Do Hong Kong residents understand the implications of the U.S. human rights act?
Tom Fowdy
People attend a national flag raising ceremony at the Golden Bauhinia Square in Hong Kong, China, September 8, 2019. /Xinhua Photo

People attend a national flag raising ceremony at the Golden Bauhinia Square in Hong Kong, China, September 8, 2019. /Xinhua Photo

Editor's note: Tom Fowdy is a British political and international relations analyst and a graduate of Durham and Oxford universities. He writes on topics pertaining to China, the DPRK, Britain and the United States. The article reflects the author's opinions and not necessarily the views of CGTN.

I attended what was a "thanksgiving rally" in Central District, Hong Kong, on the night of November 28. The rally was geared toward "thanking" the United States for having passed the Hong Kong Human Rights and Democracy Act into law, with Donald Trump having reluctantly signed it on the morning of that day, following passage through congress.

Attendees waved American flags. Some called for sanctions on local politicians, and the U.S. national anthem was also sung. Beijing condemned the bill as an intervention into its internal affairs and vowed to retaliate if any measures were imposed in practice.

From my experience at the rally and observing the rhetoric on display, I am not quite sure Hong Kong people actually understand what is at stake or its implications. I wonder how many of them have actually read and studied the law in practice because there are several "catches." Demonstrators believe that Washington is sincerely backing them in a "fight for freedom."However, in practice, the act will diminish Hong Kong. It's not about democracy, but geopolitics. Its implications pose immediate political and other risks to the city's business and financial environment, which are magnified in the view that demonstrators believe they can do no absolutely wrong.

In the long term, these risks concern the city will likely be required to become compliant with several U.S. objectives, which might see its special status in Washington rescinded, ironically rendering it just another Chinese city.

Thus, while this law cannot change China's sovereignty over Hong Kong, it can serve to completely diminish the city. In effect, demonstrators were celebrating the city's likely decline.

The Hong Kong act was created and pushed by some of the most hawkish congressmen in the United States.
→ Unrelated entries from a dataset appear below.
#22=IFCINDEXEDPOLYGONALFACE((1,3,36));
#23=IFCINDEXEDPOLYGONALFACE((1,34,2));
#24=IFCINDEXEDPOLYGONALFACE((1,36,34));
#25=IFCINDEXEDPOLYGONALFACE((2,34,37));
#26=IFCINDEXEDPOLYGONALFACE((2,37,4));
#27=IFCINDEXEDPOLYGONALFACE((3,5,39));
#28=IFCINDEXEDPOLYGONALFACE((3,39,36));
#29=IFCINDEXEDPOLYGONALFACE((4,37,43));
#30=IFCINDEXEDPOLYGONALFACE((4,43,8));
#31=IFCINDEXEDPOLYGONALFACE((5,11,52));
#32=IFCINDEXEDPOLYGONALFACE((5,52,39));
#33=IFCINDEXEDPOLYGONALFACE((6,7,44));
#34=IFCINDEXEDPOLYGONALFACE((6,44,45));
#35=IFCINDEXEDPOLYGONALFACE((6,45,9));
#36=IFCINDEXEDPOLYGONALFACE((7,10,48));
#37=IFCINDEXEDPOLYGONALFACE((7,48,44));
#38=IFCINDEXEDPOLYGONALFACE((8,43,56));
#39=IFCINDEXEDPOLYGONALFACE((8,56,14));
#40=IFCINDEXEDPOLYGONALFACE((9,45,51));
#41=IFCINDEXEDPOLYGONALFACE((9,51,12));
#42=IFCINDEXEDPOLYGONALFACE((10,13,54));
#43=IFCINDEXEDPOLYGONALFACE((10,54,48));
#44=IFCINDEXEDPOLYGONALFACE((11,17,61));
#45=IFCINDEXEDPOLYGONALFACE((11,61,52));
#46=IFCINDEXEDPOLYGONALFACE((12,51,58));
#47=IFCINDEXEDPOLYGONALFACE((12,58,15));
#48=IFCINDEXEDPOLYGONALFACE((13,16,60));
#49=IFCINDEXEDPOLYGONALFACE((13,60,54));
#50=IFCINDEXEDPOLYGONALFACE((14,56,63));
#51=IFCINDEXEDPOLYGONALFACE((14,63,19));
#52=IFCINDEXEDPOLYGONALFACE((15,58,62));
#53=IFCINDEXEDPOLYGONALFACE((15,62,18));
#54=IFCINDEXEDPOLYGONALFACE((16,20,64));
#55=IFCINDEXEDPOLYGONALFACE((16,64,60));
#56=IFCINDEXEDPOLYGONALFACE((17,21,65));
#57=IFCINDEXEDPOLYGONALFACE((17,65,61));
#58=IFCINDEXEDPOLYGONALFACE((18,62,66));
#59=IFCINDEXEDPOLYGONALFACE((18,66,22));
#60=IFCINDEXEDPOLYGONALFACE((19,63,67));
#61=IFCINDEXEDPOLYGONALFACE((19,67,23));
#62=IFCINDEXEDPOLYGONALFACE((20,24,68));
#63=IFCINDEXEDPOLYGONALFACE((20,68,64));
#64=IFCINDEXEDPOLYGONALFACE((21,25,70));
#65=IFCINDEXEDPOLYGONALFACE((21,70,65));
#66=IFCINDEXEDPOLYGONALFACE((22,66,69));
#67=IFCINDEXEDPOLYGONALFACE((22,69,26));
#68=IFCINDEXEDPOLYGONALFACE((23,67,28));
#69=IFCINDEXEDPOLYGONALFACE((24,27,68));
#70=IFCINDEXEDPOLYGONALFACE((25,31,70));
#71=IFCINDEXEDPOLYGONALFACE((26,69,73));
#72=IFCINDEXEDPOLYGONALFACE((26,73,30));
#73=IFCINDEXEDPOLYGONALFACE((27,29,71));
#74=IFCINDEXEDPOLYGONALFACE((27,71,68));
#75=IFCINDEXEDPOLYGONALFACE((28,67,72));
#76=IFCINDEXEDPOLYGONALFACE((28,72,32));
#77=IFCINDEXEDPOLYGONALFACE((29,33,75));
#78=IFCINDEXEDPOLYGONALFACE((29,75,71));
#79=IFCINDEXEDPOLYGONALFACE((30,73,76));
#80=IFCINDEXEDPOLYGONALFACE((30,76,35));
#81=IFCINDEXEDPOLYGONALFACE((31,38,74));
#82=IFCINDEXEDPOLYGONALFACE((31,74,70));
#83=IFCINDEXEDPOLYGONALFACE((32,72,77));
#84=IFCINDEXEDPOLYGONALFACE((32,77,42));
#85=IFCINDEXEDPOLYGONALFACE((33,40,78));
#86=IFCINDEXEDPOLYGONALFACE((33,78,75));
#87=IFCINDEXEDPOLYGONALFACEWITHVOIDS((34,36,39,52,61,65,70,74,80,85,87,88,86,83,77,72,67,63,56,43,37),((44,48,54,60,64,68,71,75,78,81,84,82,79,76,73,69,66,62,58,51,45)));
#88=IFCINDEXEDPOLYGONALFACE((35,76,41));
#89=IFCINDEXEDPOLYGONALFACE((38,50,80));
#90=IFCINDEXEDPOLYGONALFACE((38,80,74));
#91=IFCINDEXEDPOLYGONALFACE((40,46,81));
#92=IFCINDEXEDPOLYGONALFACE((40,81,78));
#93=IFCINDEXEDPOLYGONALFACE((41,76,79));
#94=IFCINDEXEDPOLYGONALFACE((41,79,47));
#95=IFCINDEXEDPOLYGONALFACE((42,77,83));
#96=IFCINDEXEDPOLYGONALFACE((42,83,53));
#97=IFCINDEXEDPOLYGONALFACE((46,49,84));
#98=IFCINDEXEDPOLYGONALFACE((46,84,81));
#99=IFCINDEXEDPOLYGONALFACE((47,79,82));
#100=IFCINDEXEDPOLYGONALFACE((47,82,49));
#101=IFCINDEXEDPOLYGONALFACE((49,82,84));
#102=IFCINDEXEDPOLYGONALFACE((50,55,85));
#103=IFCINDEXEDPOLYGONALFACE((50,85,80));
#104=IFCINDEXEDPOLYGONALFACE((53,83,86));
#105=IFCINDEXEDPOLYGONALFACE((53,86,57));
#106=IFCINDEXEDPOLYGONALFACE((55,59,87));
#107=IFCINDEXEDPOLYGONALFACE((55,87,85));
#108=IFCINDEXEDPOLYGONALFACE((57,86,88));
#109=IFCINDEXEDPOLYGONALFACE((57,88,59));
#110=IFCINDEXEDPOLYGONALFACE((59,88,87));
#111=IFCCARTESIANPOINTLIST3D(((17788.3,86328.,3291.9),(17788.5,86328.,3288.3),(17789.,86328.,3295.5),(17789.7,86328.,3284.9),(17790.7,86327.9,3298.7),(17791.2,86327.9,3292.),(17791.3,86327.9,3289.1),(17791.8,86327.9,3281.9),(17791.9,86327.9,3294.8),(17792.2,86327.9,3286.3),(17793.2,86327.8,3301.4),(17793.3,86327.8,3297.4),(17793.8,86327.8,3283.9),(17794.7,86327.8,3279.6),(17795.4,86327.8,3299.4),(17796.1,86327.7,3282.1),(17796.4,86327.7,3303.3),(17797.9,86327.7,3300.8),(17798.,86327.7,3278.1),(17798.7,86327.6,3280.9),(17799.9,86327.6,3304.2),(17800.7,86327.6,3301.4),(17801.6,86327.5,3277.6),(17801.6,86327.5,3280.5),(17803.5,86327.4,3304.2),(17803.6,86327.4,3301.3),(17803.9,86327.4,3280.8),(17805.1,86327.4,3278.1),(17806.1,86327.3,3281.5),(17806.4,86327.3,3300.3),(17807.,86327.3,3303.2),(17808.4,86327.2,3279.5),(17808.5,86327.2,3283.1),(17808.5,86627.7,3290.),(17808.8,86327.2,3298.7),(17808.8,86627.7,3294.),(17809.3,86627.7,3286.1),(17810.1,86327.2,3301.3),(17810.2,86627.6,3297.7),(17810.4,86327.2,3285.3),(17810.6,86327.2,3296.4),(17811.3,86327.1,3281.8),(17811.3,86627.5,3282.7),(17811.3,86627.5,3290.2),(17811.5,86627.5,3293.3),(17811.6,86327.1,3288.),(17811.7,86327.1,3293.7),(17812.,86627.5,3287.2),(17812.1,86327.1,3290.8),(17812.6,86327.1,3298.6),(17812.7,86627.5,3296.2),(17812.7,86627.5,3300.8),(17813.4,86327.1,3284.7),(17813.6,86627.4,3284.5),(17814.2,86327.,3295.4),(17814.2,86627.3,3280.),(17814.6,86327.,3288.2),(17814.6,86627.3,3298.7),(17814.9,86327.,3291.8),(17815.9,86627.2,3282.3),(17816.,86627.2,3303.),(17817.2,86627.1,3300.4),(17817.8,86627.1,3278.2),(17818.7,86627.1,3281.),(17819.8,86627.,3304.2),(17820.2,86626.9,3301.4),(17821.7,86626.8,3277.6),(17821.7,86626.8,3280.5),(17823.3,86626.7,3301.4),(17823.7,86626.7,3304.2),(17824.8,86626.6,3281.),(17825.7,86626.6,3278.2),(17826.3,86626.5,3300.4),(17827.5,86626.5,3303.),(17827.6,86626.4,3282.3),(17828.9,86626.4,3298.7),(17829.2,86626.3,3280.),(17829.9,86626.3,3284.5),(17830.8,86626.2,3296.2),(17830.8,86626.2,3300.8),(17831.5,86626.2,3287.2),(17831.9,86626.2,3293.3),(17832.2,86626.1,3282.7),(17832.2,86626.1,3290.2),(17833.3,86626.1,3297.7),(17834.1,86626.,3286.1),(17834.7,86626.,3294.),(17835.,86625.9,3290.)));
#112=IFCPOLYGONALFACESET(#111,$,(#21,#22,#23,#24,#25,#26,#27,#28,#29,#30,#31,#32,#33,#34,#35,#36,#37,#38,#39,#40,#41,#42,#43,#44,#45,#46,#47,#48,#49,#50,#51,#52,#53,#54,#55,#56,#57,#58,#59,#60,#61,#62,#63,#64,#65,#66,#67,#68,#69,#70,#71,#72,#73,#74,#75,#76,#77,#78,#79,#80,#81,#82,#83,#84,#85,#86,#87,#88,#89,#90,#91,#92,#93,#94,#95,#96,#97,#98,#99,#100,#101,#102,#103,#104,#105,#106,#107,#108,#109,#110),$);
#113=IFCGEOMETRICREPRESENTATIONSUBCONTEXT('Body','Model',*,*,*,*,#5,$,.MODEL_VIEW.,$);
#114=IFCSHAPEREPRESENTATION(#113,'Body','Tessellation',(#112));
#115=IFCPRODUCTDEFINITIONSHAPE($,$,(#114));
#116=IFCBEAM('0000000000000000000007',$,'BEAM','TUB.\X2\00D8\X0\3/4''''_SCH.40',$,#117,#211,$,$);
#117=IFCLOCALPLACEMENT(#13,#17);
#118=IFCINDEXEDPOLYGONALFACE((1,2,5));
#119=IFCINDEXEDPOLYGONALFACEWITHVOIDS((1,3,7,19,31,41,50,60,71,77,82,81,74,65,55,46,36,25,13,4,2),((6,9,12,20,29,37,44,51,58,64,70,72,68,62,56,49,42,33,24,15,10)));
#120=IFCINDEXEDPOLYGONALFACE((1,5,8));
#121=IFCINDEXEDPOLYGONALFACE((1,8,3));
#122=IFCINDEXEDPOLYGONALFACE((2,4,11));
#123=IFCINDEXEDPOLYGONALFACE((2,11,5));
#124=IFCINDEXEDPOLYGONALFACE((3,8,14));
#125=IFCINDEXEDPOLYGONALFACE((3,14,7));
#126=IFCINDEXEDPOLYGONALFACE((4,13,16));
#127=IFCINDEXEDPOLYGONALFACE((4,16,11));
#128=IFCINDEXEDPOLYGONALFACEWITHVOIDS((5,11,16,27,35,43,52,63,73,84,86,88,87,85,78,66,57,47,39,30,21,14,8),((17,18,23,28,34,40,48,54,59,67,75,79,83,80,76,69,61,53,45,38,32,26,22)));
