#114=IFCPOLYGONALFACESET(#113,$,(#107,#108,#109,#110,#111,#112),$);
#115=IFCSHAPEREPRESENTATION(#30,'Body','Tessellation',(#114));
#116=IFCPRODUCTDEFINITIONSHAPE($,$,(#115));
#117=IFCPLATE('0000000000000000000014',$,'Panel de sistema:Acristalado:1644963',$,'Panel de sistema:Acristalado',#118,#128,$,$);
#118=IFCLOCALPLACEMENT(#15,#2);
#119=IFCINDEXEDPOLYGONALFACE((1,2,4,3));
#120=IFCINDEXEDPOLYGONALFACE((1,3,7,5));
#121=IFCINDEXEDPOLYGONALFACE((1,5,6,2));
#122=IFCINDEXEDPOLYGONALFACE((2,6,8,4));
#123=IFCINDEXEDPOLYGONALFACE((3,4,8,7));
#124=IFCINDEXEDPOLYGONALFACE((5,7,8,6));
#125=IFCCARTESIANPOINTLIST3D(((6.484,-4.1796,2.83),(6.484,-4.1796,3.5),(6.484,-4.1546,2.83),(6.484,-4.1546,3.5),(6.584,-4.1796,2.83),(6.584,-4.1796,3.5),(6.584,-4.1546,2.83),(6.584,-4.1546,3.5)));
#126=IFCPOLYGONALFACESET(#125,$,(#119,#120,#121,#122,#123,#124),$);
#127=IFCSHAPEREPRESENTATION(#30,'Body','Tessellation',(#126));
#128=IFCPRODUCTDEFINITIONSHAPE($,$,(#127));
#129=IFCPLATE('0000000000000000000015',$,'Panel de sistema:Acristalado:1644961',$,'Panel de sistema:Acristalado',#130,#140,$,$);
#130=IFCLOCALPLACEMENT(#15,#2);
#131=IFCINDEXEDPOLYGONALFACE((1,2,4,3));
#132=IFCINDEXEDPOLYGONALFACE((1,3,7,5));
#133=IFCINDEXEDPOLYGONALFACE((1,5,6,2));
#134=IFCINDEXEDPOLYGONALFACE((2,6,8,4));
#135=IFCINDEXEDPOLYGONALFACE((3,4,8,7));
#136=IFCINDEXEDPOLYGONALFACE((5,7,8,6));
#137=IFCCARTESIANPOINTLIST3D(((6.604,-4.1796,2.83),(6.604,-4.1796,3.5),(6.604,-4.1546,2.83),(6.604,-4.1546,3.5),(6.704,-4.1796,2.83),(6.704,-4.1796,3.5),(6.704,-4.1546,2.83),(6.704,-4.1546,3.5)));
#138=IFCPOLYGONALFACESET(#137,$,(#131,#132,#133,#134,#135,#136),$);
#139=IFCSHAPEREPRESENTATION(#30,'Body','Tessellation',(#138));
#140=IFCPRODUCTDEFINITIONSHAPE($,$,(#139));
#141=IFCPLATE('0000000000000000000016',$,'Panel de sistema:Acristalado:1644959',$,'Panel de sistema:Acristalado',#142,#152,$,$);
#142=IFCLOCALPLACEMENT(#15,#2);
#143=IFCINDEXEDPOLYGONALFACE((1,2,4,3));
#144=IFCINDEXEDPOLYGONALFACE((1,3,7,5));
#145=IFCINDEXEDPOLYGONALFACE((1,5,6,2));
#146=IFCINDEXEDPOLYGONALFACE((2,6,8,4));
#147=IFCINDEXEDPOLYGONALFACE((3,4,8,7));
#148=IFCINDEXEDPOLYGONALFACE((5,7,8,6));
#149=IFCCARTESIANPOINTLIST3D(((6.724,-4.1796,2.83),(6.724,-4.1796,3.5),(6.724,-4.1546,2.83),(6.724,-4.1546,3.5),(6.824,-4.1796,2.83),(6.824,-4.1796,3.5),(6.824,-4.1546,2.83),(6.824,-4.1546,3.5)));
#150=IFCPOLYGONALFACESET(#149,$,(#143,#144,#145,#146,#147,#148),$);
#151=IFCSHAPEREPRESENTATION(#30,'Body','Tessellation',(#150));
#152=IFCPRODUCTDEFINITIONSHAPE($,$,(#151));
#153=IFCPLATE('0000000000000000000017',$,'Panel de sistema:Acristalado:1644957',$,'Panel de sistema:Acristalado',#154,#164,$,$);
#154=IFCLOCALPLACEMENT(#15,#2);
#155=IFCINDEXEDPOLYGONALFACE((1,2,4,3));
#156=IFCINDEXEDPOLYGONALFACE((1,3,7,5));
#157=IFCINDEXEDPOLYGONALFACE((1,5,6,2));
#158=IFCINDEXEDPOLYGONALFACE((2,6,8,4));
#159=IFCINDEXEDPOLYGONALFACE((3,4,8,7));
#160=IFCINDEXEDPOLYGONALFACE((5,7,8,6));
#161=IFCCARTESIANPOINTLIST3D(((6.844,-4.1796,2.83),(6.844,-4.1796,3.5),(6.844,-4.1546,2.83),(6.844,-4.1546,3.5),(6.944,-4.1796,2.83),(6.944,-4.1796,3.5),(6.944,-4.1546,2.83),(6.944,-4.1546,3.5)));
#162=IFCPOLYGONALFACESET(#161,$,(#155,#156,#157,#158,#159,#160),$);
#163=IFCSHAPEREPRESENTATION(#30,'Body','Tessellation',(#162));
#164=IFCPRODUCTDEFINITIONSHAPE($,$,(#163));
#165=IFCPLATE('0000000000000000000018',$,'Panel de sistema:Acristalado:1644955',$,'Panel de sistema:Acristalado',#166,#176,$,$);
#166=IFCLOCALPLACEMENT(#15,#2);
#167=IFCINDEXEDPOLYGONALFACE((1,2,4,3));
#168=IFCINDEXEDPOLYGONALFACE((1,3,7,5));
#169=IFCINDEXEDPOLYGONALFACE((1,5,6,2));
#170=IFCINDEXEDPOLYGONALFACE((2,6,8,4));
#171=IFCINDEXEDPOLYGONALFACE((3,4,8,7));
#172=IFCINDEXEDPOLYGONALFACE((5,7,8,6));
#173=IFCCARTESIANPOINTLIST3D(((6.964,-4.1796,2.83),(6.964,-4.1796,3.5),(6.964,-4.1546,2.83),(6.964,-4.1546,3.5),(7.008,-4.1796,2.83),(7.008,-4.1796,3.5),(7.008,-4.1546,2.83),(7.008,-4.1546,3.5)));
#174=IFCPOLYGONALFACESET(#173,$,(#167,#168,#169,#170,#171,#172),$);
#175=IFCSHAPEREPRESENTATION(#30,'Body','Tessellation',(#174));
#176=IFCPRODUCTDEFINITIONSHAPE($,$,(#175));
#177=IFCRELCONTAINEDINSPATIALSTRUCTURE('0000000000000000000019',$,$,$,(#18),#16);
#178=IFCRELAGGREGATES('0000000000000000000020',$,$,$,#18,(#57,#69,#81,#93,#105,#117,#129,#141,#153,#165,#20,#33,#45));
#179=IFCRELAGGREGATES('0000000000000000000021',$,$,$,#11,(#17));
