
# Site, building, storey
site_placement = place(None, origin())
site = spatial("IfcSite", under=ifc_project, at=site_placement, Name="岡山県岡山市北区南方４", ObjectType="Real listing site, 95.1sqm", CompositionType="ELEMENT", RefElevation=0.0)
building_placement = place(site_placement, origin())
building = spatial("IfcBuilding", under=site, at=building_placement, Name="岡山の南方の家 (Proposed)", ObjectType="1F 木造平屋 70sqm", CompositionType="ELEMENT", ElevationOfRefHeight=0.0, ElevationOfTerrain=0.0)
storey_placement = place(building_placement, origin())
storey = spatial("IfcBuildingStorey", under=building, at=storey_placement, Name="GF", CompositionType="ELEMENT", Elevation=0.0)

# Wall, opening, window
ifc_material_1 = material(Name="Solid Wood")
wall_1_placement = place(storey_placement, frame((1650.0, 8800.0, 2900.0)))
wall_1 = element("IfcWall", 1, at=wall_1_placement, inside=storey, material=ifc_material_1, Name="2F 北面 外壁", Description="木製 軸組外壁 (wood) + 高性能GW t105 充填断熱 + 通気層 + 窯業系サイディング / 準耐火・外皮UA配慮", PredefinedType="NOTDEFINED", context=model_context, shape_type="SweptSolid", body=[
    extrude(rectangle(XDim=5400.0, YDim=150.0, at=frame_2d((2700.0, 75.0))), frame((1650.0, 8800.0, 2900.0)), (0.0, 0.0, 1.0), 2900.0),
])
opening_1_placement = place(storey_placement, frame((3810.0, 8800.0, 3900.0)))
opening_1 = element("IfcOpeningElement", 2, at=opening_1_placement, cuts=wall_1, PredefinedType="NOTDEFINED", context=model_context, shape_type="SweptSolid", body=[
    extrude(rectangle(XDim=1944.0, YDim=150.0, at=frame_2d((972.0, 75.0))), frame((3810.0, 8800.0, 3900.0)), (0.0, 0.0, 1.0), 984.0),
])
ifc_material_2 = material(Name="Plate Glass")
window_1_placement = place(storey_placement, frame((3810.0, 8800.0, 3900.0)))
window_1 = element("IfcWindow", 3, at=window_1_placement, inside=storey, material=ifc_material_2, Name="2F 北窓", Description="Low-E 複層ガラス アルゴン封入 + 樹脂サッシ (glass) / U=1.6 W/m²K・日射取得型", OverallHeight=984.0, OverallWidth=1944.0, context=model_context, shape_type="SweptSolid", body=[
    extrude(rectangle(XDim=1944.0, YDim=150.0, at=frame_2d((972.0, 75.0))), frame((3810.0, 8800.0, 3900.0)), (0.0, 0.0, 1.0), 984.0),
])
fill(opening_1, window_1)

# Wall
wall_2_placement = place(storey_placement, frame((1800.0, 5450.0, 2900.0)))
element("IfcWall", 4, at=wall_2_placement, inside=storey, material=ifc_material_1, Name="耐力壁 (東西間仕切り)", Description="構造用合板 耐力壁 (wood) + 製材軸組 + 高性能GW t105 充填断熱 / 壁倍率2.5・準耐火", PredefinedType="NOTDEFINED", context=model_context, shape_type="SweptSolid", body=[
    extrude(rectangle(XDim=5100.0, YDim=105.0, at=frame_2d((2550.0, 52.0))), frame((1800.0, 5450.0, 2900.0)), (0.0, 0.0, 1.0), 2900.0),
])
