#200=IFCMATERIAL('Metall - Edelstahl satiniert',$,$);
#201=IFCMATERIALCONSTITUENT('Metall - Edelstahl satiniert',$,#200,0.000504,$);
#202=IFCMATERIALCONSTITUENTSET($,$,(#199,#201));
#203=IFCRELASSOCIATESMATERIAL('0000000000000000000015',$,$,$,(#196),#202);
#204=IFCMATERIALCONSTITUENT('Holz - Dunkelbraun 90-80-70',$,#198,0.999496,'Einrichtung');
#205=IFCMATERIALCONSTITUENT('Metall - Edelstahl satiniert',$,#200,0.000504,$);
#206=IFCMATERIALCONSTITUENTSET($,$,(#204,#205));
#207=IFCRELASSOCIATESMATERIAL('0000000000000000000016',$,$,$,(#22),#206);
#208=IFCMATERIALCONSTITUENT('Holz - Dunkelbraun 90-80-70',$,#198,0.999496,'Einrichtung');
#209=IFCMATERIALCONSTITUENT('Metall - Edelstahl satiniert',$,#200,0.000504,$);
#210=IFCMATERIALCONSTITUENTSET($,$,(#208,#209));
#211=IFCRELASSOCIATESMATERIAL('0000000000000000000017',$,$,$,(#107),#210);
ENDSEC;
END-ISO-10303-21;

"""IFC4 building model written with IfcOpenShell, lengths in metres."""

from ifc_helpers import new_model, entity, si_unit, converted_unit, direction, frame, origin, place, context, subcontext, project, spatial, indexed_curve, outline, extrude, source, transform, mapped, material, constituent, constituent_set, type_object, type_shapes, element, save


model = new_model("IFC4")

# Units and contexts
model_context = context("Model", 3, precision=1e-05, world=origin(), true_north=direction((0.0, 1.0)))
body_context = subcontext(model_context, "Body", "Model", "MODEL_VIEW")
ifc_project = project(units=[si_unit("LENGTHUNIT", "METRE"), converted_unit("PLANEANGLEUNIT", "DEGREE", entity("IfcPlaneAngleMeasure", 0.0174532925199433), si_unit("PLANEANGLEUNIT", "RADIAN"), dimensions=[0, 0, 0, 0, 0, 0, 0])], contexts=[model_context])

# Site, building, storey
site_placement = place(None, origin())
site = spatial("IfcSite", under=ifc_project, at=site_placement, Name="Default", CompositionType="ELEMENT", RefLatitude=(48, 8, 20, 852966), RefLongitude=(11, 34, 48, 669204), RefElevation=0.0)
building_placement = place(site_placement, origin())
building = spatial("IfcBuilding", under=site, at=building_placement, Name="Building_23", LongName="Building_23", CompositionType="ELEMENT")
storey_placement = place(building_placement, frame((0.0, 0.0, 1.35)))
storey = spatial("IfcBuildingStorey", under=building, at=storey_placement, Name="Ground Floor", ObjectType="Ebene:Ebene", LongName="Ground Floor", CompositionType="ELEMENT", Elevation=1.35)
Primary backers, such as Marco Rubio, are known as neoconservative because they pursue an aggressive, confrontational and zealous foreign policy line.

People in Hong Kong, China, November 27, 2019. /Photo by Tom Fowdy

People in Hong Kong, China, November 27, 2019. /Photo by Tom Fowdy

In doing so, rhetoric such as "freedom and democracy" serves as a means but never an end in itself to broader foreign policy objectives. In pursuing this act, their goal was to further derail China-U.S. relations and transform the city into a "hostile periphery" against Beijing to divide, weaken and also set the scene for a great power confrontation.

As a result, the text of the act itself is more interested in American foreign policy, than human rights and democracy. For example, sections 5 and 205 talk about the need for the city to comply with unilateral American sanctions on Iran and the Democratic People's Republic of Korea, along with anything that the United States deems a "threat to national security."

The act also demands that Hong Kong adhere to "U.S. export controls" and restrictions on "sensitive use technologies" – aspiring to export the U.S. trade war into Hong Kong against the Chinese mainland. The purpose of the act speaks for itself.

However, more important to discuss is the consequences. By passing this into law, even if nothing is applied in the short-term, in the long term, this act damages the confidence of American businesses, investors and financial institutions in the city by adding manifold political risks.

Potentially, Hong Kong could lose its free port and special status and be rendered just "another Chinese city." Continued unrest amplifies these risks.

Hong Kong was known for its famed stability and ability to win investor confidence, and this is what made it so successful. However, continued unrest, which is now likely to be exacerbated as the most violent protesters have in effect been "rewarded" rather than punished for their behavior, will see this as a green light to continue. They must recognize now that if they cannot get what they want, they can continue pursuing unrest without any condemnation.

However, it should be made abundantly clear that the city is a part of China. This is a reality that cannot be changed. Thus, while they will not achieve their radical ambitions, what they will achieve with Washington in the background is the sure decline of the city and everything that made it what it was.

Attending the rally last night, I am not sure those present realized this. It is not wrong to have legitimate concerns. Nevertheless, my feelings are that the movement is overwhelmingly self-absorbed, out of touch with reality in many aspects and has a massively exaggerated sense of its own victimhood.

Thus, this act is not going to help Hong Kong, and it will make conditions in the city worse for everyone, which is what Washington hawks truly aspire to achieve. By celebrating this, they are effectively teetering what they champion as "Asia's world city" into a pit of irrelevance.